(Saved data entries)
:::

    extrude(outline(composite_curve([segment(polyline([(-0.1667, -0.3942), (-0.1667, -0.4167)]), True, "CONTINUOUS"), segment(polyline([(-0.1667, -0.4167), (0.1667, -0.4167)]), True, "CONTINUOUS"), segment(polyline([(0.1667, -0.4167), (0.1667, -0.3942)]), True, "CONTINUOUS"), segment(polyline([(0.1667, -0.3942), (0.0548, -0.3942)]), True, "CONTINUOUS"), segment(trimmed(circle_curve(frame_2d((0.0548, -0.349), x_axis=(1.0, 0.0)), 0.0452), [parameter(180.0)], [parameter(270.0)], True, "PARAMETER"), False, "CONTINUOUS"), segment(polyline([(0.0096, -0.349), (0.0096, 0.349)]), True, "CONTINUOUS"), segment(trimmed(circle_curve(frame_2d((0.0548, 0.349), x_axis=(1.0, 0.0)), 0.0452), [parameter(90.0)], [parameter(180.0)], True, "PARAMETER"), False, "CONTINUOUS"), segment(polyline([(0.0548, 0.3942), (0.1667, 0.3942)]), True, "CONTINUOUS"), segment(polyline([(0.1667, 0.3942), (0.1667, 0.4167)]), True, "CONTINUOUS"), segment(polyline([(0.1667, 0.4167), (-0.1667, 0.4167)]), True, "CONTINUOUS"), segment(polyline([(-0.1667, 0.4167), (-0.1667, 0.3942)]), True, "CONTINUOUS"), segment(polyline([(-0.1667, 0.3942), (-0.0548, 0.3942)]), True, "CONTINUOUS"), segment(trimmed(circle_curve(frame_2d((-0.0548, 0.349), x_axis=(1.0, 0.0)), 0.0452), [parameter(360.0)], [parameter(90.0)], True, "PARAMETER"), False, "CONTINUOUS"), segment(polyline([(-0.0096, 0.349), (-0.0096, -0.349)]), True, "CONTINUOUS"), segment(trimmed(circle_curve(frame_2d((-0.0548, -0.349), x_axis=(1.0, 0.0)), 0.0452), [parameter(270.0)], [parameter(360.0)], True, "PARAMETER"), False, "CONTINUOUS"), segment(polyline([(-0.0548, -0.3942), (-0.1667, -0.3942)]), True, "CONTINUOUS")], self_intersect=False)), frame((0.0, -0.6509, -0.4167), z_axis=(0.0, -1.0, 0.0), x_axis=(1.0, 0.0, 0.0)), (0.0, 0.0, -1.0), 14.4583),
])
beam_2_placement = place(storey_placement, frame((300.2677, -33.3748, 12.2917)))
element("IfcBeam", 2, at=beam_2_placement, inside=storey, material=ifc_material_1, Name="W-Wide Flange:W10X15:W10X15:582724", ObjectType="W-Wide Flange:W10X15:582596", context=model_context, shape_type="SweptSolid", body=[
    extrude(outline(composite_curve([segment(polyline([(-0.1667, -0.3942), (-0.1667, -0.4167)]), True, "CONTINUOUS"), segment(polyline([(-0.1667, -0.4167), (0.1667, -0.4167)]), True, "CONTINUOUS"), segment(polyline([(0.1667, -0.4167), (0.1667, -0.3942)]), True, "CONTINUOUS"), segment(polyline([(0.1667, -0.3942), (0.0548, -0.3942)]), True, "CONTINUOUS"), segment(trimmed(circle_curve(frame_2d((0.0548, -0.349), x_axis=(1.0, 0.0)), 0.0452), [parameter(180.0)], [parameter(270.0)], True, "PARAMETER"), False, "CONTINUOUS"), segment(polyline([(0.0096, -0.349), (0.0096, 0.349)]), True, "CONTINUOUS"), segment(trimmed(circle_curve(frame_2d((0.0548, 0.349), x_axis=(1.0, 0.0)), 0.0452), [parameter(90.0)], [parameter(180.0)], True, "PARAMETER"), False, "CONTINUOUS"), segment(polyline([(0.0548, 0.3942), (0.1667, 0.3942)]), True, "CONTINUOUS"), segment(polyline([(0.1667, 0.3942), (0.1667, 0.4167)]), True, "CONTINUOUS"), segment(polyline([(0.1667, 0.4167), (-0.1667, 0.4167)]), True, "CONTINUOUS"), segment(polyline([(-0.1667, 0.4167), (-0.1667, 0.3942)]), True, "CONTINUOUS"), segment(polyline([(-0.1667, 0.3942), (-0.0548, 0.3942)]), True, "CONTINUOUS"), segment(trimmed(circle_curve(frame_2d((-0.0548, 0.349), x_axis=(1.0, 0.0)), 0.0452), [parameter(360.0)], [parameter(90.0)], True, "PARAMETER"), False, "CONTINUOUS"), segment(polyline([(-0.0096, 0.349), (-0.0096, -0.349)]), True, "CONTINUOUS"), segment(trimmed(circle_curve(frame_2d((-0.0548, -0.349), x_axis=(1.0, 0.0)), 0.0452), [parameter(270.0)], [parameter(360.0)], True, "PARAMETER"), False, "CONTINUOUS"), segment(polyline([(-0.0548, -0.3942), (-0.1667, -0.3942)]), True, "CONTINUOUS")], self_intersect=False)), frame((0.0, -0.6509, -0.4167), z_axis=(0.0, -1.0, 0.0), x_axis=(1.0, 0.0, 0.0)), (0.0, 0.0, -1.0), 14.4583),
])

:::

• [What is being asked]:
Each record above should be set down again in its exact wording.

• [Task output]:
    extrude(outline(composite_curve([segment(polyline([(-0.1667, -0.3942), (-0.1667, -0.4167)]), True, "CONTINUOUS"), segment(polyline([(-0.1667, -0.4167), (0.1667, -0.4167)]), True, "CONTINUOUS"), segment(polyline([(0.1667, -0.4167), (0.1667, -0.3942)]), True, "CONTINUOUS"), segment(polyline([(0.1667, -0.3942), (0.0548, -0.3942)]), True, "CONTINUOUS"), segment(trimmed(circle_curve(frame_2d((0.0548, -0.349), x_axis=(1.0, 0.0)), 0.0452), [parameter(180.0)], [parameter(270.0)], True, "PARAMETER"), False, "CONTINUOUS"), segment(polyline([(0.0096, -0.349), (0.0096, 0.349)]), True, "CONTINUOUS"), segment(trimmed(circle_curve(frame_2d((0.0548, 0.349), x_axis=(1.0, 0.0)), 0.0452), [parameter(90.0)], [parameter(180.0)], True, "PARAMETER"), False, "CONTINUOUS"), segment(polyline([(0.0548, 0.3942), (0.1667, 0.3942)]), True, "CONTINUOUS"), segment(polyline([(0.1667, 0.3942), (0.1667, 0.4167)]), True, "CONTINUOUS"), segment(polyline([(0.1667, 0.4167), (-0.1667, 0.4167)]), True, "CONTINUOUS"), segment(polyline([(-0.1667, 0.4167), (-0.1667, 0.3942)]), True, "CONTINUOUS"), segment(polyline([(-0.1667, 0.3942), (-0.0548, 0.3942)]), True, "CONTINUOUS"), segment(trimmed(circle_curve(frame_2d((-0.0548, 0.349), x_axis=(1.0, 0.0)), 0.0452), [parameter(360.0)], [parameter(90.0)], True, "PARAMETER"), False, "CONTINUOUS"), segment(polyline([(-0.0096, 0.349), (-0.0096, -0.349)]), True, "CONTINUOUS"), segment(trimmed(circle_curve(frame_2d((-0.0548, -0.349), x_axis=(1.0, 0.0)), 0.0452), [parameter(270.0)], [parameter(360.0)], True, "PARAMETER"), False, "CONTINUOUS"), segment(polyline([(-0.0548, -0.3942), (-0.1667, -0.3942)]), True, "CONTINUOUS")], self_intersect=False)), frame((0.0, -0.6509, -0.4167), z_axis=(0.0, -1.0, 0.0), x_axis=(1.0, 0.0, 0.0)), (0.0, 0.0, -1.0), 14.4583),
])
beam_2_placement = place(storey_placement, frame((300.2677, -33.3748, 12.2917)))
element("IfcBeam", 2, at=beam_2_placement, inside=storey, material=ifc_material_1, Name="W-Wide Flange:W10X15:W10X15:582724", ObjectType="W-Wide Flange:W10X15:582596", context=model_context, shape_type="SweptSolid", body=[
    extrude(outline(composite_curve([segment(polyline([(-0.1667, -0.3942), (-0.1667, -0.4167)]), True, "CONTINUOUS"), segment(polyline([(-0.1667, -0.4167), (0.1667, -0.4167)]), True, "CONTINUOUS"), segment(polyline([(0.1667, -0.4167), (0.1667, -0.3942)]), True, "CONTINUOUS"), segment(polyline([(0.1667, -0.3942), (0.0548, -0.3942)]), True, "CONTINUOUS"), segment(trimmed(circle_curve(frame_2d((0.0548, -0.349), x_axis=(1.0, 0.0)), 0.0452), [parameter(180.0)], [parameter(270.0)], True, "PARAMETER"), False, "CONTINUOUS"), segment(polyline([(0.0096, -0.349), (0.0096, 0.349)]), True, "CONTINUOUS"), segment(trimmed(circle_curve(frame_2d((0.0548, 0.349), x_axis=(1.0, 0.0)), 0.0452), [parameter(90.0)], [parameter(180.0)], True, "PARAMETER"), False, "CONTINUOUS"), segment(polyline([(0.0548, 0.3942), (0.1667, 0.3942)]), True, "CONTINUOUS"), segment(polyline([(0.1667, 0.3942), (0.1667, 0.4167)]), True, "CONTINUOUS"), segment(polyline([(0.1667, 0.4167), (-0.1667, 0.4167)]), True, "CONTINUOUS"), segment(polyline([(-0.1667, 0.4167), (-0.1667, 0.3942)]), True, "CONTINUOUS"), segment(polyline([(-0.1667, 0.3942), (-0.0548, 0.3942)]), True, "CONTINUOUS"), segment(trimmed(circle_curve(frame_2d((-0.0548, 0.349), x_axis=(1.0, 0.0)), 0.0452), [parameter(360.0)], [parameter(90.0)], True, "PARAMETER"), False, "CONTINUOUS"), segment(polyline([(-0.0096, 0.349), (-0.0096, -0.349)]), True, "CONTINUOUS"), segment(trimmed(circle_curve(frame_2d((-0.0548, -0.349), x_axis=(1.0, 0.0)), 0.0452), [parameter(270.0)], [parameter(360.0)], True, "PARAMETER"), False, "CONTINUOUS"), segment(polyline([(-0.0548, -0.3942), (-0.1667, -0.3942)]), True, "CONTINUOUS")], self_intersect=False)), frame((0.0, -0.6509, -0.4167), z_axis=(0.0, -1.0, 0.0), x_axis=(1.0, 0.0, 0.0)), (0.0, 0.0, -1.0), 14.4583),
])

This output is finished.